-- ABOUT THIS TASK --
Retype, exactly as they appear below, the lines between the line holding "#54=IFCINDEXEDPOLYGONALFACE((5,7,15,13));" and the line holding "#57=IFCINDEXEDPOLYGONALFACE((9,11,12,14,13,15,16,10));", both ends included.

-- Collected data --
================

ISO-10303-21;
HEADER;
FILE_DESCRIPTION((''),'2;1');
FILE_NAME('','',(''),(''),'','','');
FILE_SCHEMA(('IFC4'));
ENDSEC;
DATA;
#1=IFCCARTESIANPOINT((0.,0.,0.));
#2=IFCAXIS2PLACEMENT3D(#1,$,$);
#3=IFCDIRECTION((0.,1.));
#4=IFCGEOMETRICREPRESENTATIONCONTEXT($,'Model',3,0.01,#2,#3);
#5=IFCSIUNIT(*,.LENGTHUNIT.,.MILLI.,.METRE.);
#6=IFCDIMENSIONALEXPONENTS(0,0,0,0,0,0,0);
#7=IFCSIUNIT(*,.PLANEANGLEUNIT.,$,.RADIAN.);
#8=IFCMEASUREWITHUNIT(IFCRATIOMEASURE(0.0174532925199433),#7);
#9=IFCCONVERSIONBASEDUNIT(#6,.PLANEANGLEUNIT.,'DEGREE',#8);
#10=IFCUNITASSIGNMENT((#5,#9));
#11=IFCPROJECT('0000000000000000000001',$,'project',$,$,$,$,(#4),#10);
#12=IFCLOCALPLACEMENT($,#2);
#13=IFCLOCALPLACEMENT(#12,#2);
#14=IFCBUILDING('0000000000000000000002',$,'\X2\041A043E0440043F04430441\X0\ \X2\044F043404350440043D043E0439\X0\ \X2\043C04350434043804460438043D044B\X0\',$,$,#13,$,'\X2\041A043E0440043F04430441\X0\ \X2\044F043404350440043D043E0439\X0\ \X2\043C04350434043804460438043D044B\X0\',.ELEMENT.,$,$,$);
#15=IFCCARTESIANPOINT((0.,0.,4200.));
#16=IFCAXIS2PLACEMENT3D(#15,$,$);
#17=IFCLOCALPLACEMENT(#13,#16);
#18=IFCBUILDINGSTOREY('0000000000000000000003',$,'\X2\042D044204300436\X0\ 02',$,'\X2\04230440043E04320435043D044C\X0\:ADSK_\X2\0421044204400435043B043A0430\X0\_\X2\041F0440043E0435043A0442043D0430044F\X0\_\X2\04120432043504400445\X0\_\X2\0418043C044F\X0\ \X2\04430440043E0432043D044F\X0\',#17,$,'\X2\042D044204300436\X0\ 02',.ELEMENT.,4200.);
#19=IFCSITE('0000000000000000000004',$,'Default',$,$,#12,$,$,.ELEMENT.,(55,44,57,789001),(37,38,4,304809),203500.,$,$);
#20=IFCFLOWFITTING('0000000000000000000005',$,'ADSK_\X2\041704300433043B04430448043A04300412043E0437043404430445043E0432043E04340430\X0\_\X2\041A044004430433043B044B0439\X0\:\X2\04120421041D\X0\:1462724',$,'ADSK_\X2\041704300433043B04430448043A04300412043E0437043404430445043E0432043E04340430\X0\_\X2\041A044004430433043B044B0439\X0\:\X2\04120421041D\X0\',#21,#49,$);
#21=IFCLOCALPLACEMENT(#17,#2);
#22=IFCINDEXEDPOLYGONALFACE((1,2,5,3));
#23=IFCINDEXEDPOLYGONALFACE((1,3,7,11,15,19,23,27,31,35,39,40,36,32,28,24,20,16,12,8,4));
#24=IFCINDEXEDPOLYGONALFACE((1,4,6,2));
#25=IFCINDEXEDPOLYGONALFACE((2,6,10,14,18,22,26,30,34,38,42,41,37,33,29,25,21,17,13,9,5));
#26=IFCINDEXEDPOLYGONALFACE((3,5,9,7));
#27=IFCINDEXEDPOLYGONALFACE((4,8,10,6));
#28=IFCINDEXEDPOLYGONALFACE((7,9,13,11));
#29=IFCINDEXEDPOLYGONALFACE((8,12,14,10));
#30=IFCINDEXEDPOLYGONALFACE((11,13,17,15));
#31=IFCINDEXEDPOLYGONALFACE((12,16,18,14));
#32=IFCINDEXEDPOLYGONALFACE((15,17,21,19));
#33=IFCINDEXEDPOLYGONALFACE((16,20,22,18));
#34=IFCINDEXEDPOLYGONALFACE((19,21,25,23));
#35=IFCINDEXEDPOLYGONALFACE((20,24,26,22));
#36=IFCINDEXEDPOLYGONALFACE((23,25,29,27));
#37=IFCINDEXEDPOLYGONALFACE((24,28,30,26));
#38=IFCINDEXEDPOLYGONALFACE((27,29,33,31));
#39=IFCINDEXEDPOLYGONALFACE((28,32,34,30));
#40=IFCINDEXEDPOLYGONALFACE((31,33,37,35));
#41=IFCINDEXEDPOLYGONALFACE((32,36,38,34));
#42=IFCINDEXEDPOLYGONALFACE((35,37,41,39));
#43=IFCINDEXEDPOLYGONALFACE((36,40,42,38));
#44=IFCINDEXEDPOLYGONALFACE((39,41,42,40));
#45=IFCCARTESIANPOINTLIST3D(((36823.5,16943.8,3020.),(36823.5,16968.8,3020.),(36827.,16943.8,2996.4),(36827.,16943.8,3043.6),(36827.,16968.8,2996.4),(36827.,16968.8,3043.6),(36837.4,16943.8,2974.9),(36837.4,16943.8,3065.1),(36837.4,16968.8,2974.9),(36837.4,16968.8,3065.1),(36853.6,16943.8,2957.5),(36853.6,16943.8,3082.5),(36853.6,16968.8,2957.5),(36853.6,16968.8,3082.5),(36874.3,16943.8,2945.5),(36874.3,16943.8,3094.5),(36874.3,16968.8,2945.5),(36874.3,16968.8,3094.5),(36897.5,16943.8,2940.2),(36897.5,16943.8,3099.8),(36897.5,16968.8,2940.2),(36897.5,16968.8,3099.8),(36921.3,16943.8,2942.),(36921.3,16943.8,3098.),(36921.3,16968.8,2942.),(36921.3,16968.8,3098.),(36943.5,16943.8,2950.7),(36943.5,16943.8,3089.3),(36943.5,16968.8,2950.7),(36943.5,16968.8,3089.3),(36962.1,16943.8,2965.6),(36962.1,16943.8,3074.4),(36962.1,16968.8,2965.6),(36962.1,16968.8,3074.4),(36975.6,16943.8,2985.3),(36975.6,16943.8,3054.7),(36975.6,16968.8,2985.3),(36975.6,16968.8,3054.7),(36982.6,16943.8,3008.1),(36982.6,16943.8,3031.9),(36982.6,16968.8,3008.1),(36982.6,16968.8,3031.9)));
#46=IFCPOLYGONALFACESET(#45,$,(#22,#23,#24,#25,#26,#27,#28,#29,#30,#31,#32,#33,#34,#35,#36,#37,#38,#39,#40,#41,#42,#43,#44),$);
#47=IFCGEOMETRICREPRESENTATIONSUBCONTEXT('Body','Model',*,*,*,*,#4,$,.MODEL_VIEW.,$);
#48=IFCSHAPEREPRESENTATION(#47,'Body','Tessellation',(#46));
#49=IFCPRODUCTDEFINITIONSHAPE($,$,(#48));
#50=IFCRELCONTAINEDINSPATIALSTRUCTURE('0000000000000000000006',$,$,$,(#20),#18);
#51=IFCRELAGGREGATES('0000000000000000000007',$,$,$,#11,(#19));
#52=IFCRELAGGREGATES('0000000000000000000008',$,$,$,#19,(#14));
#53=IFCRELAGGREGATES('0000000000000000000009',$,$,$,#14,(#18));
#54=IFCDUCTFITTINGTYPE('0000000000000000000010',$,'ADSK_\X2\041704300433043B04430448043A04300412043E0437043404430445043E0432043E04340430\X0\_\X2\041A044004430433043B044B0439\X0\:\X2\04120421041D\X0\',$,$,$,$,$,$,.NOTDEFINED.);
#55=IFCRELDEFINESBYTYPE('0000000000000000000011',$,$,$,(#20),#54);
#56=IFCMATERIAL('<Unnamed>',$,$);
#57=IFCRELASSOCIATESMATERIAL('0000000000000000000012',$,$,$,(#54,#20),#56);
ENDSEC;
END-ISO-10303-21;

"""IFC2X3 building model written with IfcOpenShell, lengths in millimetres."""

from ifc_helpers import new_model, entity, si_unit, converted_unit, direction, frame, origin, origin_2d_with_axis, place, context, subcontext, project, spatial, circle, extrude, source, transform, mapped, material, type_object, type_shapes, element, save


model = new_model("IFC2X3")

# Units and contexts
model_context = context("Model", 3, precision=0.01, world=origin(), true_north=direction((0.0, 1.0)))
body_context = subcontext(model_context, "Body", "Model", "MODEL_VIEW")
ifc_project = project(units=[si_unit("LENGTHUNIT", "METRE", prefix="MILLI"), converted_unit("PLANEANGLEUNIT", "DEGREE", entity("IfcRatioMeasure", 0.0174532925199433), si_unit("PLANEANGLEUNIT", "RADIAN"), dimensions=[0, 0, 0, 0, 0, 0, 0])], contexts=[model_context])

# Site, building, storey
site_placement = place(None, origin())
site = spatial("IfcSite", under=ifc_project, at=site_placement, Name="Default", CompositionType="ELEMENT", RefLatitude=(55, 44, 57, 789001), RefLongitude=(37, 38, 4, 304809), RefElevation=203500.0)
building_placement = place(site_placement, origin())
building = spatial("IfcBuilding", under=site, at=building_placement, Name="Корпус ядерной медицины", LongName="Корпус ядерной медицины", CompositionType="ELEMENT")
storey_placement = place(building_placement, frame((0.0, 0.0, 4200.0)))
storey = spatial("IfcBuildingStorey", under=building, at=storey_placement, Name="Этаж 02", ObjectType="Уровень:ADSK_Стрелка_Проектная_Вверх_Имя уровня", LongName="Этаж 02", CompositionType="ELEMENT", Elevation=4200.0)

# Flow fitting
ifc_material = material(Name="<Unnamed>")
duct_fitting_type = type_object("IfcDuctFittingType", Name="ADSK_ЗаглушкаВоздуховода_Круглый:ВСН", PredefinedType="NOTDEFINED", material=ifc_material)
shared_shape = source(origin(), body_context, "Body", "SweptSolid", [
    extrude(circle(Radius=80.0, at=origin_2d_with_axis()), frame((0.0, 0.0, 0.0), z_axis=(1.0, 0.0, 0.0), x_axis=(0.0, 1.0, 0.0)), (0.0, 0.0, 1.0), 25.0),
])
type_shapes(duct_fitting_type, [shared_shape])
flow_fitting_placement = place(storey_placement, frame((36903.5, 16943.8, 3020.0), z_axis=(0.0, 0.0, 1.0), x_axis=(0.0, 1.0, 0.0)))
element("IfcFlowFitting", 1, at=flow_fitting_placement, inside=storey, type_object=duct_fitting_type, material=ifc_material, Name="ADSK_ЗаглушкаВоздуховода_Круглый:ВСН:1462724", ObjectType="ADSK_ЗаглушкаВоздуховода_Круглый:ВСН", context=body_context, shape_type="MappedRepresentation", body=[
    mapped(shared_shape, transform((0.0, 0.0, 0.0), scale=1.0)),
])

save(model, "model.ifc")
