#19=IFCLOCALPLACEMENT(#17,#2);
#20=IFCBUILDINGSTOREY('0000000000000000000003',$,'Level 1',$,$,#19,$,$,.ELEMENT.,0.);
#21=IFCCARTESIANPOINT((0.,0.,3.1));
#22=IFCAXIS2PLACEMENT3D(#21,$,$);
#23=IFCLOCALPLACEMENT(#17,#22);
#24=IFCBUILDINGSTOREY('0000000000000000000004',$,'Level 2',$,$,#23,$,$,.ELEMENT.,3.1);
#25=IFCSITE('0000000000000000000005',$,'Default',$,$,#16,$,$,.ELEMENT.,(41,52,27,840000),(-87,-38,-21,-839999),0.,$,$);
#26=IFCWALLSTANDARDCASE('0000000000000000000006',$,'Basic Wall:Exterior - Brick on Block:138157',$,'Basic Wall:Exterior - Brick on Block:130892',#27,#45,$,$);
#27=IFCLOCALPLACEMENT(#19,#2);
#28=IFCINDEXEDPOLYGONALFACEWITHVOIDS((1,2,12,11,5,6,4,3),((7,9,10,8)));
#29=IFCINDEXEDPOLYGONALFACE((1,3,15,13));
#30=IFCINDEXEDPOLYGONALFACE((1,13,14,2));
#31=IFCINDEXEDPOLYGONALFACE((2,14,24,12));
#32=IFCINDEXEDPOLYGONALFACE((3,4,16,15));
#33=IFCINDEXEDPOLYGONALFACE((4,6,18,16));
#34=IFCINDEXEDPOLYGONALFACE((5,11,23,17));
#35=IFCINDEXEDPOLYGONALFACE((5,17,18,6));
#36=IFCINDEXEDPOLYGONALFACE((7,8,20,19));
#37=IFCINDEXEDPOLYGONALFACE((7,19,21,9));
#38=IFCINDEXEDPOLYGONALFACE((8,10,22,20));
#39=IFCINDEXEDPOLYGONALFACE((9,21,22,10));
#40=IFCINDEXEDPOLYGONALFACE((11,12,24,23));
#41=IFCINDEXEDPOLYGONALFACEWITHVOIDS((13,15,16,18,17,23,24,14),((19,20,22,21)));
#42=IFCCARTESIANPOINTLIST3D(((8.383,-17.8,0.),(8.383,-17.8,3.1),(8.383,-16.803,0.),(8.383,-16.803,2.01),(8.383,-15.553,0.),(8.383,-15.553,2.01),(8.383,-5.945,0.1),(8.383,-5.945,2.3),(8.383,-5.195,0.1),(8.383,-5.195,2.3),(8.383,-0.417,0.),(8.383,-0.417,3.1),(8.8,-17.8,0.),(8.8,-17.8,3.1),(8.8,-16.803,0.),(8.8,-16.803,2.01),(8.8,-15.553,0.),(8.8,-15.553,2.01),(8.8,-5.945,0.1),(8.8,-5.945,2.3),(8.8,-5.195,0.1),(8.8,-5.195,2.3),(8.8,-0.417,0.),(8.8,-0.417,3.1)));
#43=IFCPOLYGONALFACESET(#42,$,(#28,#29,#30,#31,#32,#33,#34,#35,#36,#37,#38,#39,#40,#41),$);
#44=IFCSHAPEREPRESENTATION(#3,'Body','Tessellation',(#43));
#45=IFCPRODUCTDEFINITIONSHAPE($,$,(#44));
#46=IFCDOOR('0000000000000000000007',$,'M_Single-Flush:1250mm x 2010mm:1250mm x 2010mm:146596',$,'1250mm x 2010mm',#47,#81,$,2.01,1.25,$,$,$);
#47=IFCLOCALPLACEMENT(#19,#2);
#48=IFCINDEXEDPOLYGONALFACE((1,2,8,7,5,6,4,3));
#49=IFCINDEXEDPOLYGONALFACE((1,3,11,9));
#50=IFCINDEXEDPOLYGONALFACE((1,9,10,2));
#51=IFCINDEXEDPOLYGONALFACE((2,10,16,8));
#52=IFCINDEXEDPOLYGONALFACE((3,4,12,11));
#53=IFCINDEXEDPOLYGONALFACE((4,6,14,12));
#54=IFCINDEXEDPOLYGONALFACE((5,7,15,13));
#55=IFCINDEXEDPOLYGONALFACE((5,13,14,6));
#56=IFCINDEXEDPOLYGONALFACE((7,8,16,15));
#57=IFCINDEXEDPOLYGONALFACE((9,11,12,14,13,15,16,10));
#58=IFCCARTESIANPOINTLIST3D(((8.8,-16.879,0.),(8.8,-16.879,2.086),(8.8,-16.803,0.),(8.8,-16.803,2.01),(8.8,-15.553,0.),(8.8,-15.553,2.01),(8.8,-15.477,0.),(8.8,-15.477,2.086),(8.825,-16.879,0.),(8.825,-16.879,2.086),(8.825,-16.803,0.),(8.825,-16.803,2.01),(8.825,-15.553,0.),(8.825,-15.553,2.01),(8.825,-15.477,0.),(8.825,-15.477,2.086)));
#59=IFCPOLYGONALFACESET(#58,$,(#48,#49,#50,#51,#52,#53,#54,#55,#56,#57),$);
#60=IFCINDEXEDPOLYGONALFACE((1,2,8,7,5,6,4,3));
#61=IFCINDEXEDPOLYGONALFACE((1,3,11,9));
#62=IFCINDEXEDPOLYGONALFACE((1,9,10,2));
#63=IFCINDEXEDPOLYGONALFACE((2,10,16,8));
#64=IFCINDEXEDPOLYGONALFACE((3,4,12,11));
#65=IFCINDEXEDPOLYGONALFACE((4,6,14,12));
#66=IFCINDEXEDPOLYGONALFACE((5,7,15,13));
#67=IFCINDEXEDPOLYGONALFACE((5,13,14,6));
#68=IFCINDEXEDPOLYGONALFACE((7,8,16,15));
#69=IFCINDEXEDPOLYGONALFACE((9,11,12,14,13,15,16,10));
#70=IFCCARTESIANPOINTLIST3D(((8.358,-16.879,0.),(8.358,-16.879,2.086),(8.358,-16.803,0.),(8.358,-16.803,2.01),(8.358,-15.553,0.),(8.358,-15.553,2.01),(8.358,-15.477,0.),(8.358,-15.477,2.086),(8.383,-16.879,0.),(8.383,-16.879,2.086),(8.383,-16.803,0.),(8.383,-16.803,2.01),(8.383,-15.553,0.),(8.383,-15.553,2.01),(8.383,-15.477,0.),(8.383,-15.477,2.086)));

================

-- REPLY --
#54=IFCINDEXEDPOLYGONALFACE((5,7,15,13));
#55=IFCINDEXEDPOLYGONALFACE((5,13,14,6));
#56=IFCINDEXEDPOLYGONALFACE((7,8,16,15));
#57=IFCINDEXEDPOLYGONALFACE((9,11,12,14,13,15,16,10));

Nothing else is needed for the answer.